Contrary to the ubiquitous magazine profile of the lawyer-turned-teacher, moving into new kinds of work is not quick or easy. Usually, the transition is a slow metamorphosis involving baby steps, detours, persistence, creativity, and a do-it-yourself spirit. Some find their encores through a subtle tweaking of what came before, but many find the need or desire for a wholesale reinvention. This is complicated at any age, and all the more so when your friends and family worry that you’ve lost your mind, and when the workplace seems dominated by young people not exactly warm to working alongside people who look like their parents.

As more people begin their encores and more organizations step up to provide assistance and pathways, these shifts are getting a little easier. Local programs and encore-focused career coaches are cropping up in cities across the country to help people through this transition. Community colleges are offering courses specifically designed for people retraining for encore careers in fields like health care, green jobs, social services, and teaching. Encore fellowships now offer pathways for corporate managers who want to retrain for jobs in nonprofits. And organizations like the Transition Network, ReServe, and Coming of Age are rapidly expanding into new cities as hubs for people who want a supportive and helpful community as they build their encores.

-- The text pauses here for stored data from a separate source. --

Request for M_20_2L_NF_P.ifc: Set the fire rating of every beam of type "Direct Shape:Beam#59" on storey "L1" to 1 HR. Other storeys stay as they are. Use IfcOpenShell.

First a look at what the model holds.

```python
import ifcopenshell
import ifcopenshell.util.element

model = ifcopenshell.open("M_20_2L_NF_P.ifc")
print(model.schema)
storey = next(s for s in model.by_type("IfcBuildingStorey") if s.Name == "L1")
beams = [e for e in ifcopenshell.util.element.get_decomposition(storey) if e.is_a("IfcBeam")]
seen = {}
for e in beams:
    element_type = ifcopenshell.util.element.get_type(e)
    key = (element_type.Name if element_type != e and element_type else None, ifcopenshell.util.element.get_pset(e, "Pset_BeamCommon", "FireRating"))
    seen[key] = seen.get(key, 0) + 1
for (name, value), count in sorted(seen.items(), key=str):
    print(count, "x", name, "|", value)
```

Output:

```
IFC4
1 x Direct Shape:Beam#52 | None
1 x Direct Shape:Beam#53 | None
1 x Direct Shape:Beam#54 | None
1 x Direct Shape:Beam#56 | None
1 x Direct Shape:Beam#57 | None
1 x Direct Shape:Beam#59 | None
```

```python
import ifcopenshell
import ifcopenshell.api.pset
import ifcopenshell.util.element

model = ifcopenshell.open("M_20_2L_NF_P.ifc")

storey = next(s for s in model.by_type("IfcBuildingStorey") if s.Name == "L1")
beams = [e for e in ifcopenshell.util.element.get_decomposition(storey) if e.is_a("IfcBeam")]

count = 0
for e in beams:
    element_type = ifcopenshell.util.element.get_type(e)
    if element_type in (None, e) or element_type.Name != "Direct Shape:Beam#59":
        continue
    # add_pset returns the element's existing set when there is one.
    pset = ifcopenshell.api.pset.add_pset(model, product=e, name="Pset_BeamCommon")
    ifcopenshell.api.pset.edit_pset(model, pset=pset, properties={"FireRating": "1 HR"})
    count += 1

print(count, "beams updated")

model.write("M_20_2L_NF_P_rev.ifc")
```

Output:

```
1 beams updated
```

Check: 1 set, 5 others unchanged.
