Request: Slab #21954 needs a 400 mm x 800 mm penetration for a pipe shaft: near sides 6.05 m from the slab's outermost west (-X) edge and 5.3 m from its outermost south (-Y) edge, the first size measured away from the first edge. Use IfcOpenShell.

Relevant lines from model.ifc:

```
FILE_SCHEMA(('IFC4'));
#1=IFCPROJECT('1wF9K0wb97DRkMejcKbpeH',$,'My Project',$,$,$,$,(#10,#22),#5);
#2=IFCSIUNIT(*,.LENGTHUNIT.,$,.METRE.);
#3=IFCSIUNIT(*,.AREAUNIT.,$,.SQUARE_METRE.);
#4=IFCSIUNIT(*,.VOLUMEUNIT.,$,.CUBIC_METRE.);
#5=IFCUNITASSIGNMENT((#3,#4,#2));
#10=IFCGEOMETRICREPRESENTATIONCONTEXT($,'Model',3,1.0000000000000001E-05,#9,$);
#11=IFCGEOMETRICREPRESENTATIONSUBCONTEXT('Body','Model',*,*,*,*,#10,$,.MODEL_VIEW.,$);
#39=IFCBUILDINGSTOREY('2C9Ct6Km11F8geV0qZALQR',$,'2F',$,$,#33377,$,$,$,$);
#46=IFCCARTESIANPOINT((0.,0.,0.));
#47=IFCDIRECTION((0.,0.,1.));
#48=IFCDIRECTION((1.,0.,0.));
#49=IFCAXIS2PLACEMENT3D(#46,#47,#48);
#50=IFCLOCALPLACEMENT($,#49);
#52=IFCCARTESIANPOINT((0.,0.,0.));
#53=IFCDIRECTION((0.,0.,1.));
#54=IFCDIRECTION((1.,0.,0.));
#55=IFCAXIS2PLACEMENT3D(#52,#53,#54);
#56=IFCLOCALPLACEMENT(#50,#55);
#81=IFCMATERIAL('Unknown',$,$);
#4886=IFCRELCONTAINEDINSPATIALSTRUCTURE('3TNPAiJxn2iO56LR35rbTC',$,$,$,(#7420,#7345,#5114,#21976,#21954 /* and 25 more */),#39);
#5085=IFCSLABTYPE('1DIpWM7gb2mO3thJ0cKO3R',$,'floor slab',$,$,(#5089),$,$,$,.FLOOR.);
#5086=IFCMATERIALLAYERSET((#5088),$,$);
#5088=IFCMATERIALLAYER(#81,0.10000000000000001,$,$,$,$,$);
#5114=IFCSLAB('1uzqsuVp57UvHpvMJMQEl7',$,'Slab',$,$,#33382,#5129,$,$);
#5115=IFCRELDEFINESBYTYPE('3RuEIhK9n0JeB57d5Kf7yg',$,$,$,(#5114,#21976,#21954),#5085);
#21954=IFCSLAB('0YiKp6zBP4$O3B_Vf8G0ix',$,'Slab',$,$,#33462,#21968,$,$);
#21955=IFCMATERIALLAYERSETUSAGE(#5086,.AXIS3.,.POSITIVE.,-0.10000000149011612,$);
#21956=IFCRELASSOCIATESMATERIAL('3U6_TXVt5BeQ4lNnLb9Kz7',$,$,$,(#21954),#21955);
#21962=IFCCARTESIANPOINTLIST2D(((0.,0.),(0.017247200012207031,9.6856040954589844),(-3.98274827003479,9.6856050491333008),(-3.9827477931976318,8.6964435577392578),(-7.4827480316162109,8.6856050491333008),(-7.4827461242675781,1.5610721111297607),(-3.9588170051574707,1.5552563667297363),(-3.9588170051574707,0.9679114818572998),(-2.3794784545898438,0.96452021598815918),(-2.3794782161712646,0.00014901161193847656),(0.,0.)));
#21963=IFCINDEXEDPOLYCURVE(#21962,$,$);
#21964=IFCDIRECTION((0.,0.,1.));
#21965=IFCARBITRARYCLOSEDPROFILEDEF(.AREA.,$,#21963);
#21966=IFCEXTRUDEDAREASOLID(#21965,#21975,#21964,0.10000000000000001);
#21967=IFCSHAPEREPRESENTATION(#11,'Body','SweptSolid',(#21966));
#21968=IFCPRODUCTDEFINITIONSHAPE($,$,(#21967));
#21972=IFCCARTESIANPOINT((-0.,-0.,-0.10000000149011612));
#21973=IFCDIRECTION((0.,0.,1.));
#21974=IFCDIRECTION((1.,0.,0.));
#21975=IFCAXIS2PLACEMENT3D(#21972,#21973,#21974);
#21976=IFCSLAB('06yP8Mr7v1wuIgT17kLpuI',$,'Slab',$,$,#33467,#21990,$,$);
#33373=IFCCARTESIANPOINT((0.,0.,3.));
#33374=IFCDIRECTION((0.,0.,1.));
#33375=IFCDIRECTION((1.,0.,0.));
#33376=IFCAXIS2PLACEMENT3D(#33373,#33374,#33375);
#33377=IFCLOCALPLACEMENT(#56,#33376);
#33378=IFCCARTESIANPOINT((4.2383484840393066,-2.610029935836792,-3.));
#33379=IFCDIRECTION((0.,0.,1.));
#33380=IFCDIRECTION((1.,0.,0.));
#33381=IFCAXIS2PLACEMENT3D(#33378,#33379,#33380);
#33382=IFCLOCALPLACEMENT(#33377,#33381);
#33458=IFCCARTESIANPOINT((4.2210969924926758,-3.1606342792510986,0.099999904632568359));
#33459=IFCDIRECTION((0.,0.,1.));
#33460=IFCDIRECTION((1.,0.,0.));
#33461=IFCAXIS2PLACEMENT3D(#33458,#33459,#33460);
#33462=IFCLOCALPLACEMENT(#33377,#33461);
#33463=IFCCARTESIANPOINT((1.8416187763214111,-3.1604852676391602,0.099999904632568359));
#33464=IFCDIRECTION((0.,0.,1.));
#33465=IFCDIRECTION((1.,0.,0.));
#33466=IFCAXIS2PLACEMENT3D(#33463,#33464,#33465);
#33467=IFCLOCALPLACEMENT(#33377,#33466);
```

```python
import numpy as np
import ifcopenshell
import ifcopenshell.api.feature
import ifcopenshell.api.geometry
import ifcopenshell.api.root
import ifcopenshell.geom
import ifcopenshell.util.placement
import ifcopenshell.util.representation
import ifcopenshell.util.shape
import ifcopenshell.util.unit

model = ifcopenshell.open("model.ifc")
unit_scale = ifcopenshell.util.unit.calculate_unit_scale(model)
settings = ifcopenshell.geom.settings()


def volume(element):
    """Net volume in cubic metres, openings subtracted."""
    shape = ifcopenshell.geom.create_shape(settings, element)
    return ifcopenshell.util.shape.get_volume(shape.geometry)


slab = model.by_guid("0YiKp6zBP4$O3B_Vf8G0ix")
before = volume(slab)

# Extent in the slab's own axes, in metres. The edges named are its -X and -Y sides.
slab_shape = ifcopenshell.geom.create_shape(settings, slab)
vertices = ifcopenshell.util.shape.get_vertices(slab_shape.geometry)
x_min, y_min, bottom = vertices.min(axis=0)
top = vertices[:, 2].max()

opening = ifcopenshell.api.root.create_entity(model, ifc_class="IfcOpeningElement", name="Pipe shaft opening", predefined_type="OPENING")
context = ifcopenshell.util.representation.get_context(model, "Model", "Body", "MODEL_VIEW")
width, depth = 0.4, 0.8
outline = [(0.0, 0.0), (width, 0.0), (width, depth), (0.0, depth), (0.0, 0.0)]
# Overshoot both faces by 50 mm so the cut is clean.
shape = ifcopenshell.api.geometry.add_slab_representation(
    model, context=context, depth=top - bottom + 0.1, polyline=outline
)
ifcopenshell.api.geometry.assign_representation(model, product=opening, representation=shape)

matrix = ifcopenshell.util.placement.get_local_placement(slab.ObjectPlacement)
matrix[:, 3] = matrix @ np.append(np.array([x_min + 6.05, y_min + 5.3, bottom - 0.05]) / unit_scale, 1.0)
ifcopenshell.api.geometry.edit_object_placement(model, product=opening, matrix=matrix, is_si=False)
ifcopenshell.api.feature.add_feature(model, feature=opening, element=slab)

after = volume(slab)

print(f"slab volume {before:.3f} -> {after:.3f} m3")

model.write("model_edited.ifc")
```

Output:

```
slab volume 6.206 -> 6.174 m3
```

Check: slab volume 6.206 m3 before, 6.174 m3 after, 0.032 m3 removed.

This support is important—necessary even—because reinvention can be hard. And scary. I’ve talked to people who haven’t written a résumé in thirty years, and for whom the thought of posting a profile, let alone a photo, on LinkedIn is daunting, self-promotional, and just plain weird. Researching academic programs and looking for internships when a child or grandchild is doing the same can feel awkward, maybe even ridiculous. And what about the fear of being greeted for an interview by someone who doesn’t look old enough to have a job? What’s been missing (until now) is a road map to take you through all the stages of your encore journey, from your daydreams through all the challenges—and triumphs—you’ll face along the way, to the first day of your new adventure.